A moderate climb follows Ethel Pond for the next mile, passing a small bog before circumventing Eddy Pond and crossing a subsequent woods road/ATV trail. There’s a small boat launch area that goes from the road to the pond, which makes for a good picnic spot. It also appears as though this area serves as a stealth camping spot for thru-hikers.

Saddleback AT softwoods
A fun stretch of forest between Ethel and Eddy ponds.
Saddleback AT Eddy Pond
Eddy Pond is a good place to take a load off if you’re in need of a snack break.

Eddy Pond also marks the spot where the casual hiking ends and the thigh-burning climbing begins.

Saddleback AT metal rungs
After Eddy Pond, it’s time to burn some calories on the ascent. Fear not, this rung-ladder climb isn’t nearly as steep as depicted in this photo.

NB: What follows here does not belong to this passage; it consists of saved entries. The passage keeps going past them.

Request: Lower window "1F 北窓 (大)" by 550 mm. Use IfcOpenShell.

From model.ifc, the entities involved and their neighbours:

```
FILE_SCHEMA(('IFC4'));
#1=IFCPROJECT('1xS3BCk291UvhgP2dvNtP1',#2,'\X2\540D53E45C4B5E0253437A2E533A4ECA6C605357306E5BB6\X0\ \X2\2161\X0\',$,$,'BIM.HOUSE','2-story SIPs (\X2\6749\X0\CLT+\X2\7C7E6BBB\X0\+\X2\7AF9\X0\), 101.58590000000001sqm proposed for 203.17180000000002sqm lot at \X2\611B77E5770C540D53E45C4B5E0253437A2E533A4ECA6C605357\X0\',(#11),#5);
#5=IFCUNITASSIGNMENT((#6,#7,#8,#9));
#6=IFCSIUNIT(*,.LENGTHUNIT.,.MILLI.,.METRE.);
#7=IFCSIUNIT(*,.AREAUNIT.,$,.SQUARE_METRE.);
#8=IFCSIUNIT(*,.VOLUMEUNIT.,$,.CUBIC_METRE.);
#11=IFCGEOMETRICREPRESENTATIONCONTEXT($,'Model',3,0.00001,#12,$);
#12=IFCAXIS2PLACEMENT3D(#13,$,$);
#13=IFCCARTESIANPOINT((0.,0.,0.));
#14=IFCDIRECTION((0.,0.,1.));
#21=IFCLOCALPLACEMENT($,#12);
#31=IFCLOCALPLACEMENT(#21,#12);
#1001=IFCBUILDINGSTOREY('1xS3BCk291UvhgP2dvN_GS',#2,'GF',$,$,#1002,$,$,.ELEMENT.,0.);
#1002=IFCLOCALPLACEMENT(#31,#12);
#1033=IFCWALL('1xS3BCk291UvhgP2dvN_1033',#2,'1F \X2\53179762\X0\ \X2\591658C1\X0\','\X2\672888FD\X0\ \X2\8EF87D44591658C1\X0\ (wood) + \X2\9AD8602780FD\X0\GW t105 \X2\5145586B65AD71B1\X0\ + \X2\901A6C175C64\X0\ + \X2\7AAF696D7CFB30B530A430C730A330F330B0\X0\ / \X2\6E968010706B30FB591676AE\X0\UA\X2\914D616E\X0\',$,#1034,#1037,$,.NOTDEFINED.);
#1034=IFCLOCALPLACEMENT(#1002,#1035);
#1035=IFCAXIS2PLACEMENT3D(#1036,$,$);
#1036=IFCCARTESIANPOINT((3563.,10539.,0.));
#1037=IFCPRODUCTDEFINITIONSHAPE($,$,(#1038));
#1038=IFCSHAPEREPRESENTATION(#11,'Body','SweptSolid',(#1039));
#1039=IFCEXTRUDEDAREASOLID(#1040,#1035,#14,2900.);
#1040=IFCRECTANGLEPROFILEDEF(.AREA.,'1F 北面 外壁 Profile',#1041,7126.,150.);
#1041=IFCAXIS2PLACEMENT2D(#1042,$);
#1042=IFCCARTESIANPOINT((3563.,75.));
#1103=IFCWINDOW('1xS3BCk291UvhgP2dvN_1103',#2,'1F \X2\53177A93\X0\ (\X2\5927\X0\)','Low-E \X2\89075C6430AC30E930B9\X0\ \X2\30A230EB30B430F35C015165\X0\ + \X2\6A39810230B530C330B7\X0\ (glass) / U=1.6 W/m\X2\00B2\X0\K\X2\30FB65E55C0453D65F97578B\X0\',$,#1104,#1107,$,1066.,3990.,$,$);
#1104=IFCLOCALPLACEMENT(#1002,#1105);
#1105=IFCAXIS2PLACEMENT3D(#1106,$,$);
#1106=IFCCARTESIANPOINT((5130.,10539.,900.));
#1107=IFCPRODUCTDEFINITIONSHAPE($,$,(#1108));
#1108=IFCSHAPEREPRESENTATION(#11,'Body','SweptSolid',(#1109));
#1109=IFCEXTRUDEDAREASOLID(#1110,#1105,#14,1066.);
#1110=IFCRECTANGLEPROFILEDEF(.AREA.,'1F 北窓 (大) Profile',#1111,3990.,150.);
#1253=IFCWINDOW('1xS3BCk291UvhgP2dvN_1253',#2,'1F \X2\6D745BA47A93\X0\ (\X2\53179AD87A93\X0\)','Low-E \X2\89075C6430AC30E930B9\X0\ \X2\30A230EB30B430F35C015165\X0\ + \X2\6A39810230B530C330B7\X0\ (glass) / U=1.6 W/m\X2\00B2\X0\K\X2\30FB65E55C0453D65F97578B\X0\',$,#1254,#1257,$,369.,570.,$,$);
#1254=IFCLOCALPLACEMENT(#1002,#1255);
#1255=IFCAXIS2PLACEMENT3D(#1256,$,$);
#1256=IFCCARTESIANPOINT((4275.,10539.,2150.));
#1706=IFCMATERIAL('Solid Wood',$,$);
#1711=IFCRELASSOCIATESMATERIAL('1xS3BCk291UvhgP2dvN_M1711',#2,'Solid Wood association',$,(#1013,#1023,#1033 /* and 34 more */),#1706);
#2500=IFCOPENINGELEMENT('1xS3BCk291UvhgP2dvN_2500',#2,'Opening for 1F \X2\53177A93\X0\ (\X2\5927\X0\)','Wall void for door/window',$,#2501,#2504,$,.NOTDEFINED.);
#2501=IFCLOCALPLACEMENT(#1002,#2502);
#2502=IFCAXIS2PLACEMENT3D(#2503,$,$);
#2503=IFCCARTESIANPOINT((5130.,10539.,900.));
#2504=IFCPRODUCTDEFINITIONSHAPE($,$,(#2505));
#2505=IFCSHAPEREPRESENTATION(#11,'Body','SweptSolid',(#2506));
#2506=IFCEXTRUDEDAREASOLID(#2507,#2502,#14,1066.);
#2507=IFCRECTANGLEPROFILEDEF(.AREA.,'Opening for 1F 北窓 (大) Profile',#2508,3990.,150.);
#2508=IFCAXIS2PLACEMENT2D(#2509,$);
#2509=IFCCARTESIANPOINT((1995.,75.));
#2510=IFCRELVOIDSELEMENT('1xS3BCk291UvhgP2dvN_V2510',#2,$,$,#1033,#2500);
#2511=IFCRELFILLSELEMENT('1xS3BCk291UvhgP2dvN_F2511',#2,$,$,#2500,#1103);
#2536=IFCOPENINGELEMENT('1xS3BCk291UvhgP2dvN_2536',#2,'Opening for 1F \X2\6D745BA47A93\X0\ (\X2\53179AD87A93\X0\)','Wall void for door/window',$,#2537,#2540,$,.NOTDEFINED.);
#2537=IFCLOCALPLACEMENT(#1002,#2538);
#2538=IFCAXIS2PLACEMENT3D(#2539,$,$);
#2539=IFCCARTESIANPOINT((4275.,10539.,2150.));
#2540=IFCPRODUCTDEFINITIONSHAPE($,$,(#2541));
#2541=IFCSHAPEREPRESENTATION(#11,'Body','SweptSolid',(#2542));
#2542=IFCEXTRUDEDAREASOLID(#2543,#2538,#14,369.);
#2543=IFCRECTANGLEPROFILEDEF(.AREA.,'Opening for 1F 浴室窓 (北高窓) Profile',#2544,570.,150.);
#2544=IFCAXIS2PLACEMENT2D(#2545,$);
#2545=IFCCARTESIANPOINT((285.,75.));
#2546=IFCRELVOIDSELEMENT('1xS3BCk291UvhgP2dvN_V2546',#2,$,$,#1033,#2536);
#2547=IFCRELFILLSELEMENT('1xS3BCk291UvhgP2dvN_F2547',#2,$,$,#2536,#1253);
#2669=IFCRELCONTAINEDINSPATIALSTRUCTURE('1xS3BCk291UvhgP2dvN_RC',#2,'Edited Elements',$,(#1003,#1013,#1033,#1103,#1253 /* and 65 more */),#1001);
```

```python
import numpy as np
import ifcopenshell
import ifcopenshell.api.geometry
import ifcopenshell.util.placement
import ifcopenshell.util.unit

model = ifcopenshell.open("model.ifc")
unit_scale = ifcopenshell.util.unit.calculate_unit_scale(model)

window = model.by_guid("1xS3BCk291UvhgP2dvN_1103")
opening = window.FillsVoids[0].RelatingOpeningElement
dz = -0.55 / unit_scale

shift = np.array([0.0, 0.0, dz])
# The window is not placed relative to its opening, so move both.
for product in (opening, window):
    matrix = ifcopenshell.util.placement.get_local_placement(product.ObjectPlacement)
    matrix[:3, 3] += shift
    ifcopenshell.api.geometry.edit_object_placement(model, product=product, matrix=matrix, is_si=False)

print(f"moved by {dz * unit_scale:+.3f} m")

model.write("model_updated.ifc")
```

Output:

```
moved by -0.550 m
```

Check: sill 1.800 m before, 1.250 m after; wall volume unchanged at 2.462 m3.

The next 1.8 miles from Eddy Pond to the Saddleback Mountain summit is steep going, a full mile of it above treeline on exposed bedrock. The open hiking defines Saddleback as one of Maine’s premier mountains because it delivers prolonged vistas of the Rangeley Lakes Region such as this:

Saddleback AT treeline view
The treeline view of Rangeley Lake from Saddleback Mountain on the Appalachian Trail.

Of course, all of the exposed hiking around 4,000 feet also creates a dangerous environment in foul weather, so it’s key to prepare accordingly for both friendly and foe skies.

Saddleback AT exposed climb
Saddleback Mountain’s exposed bedrock climb on the Appalachian Trail.
Saddleback AT Skiway Junction
Shortly before the Saddleback summit, the hiking trail from the ski area comes in on the left.

The Saddleback summit, elevation 4,120 feet, features stunning 360-degree views. 

Saddleback AT Summit View Rangeley Lake
The view toward Rangeley Lake from the Saddleback summit.
Saddleback AT Summit View North
The northern summit view.
Saddleback AT Summit Rock Castle
The’s a rock fort on the Saddleback summit that’s a good place to get out of the wind to enjoy a snack.
Saddleback AT Horn
Ready for more hiking? The Horn is calling!

The 1.6-mile hike to The Horn descends into the col via a bedrock ledge that can be tricky in winter, re-enters the trees for a short distance, and is then in and out of the krummholz before a moderate but exposed climb to The Horn.

Saddleback AT Col Ledge
The ledges after the Saddleback summit.

On the way to The Horn, 0.7 miles south of the Saddleback summit, is the intersection with the Berry Picker’s Trail. Opened in September of 2016, and created by the Maine Appalachian Club and the Maine Appalachian Land Trust, the Berry Picker’s Trail takes the historic route that locals often used to pick blueberries and cranberries on Saddleback.  

Horn View Saddleback Jr
The northern view of Saddleback Jr. from The Horn. For thru-hikers, it’s another two miles to Junior.
Horn View Saddleback Mountain
The view of Saddleback Mountain and the Appalachian Trail from The Horn. The upper ski trails are viewable on the right.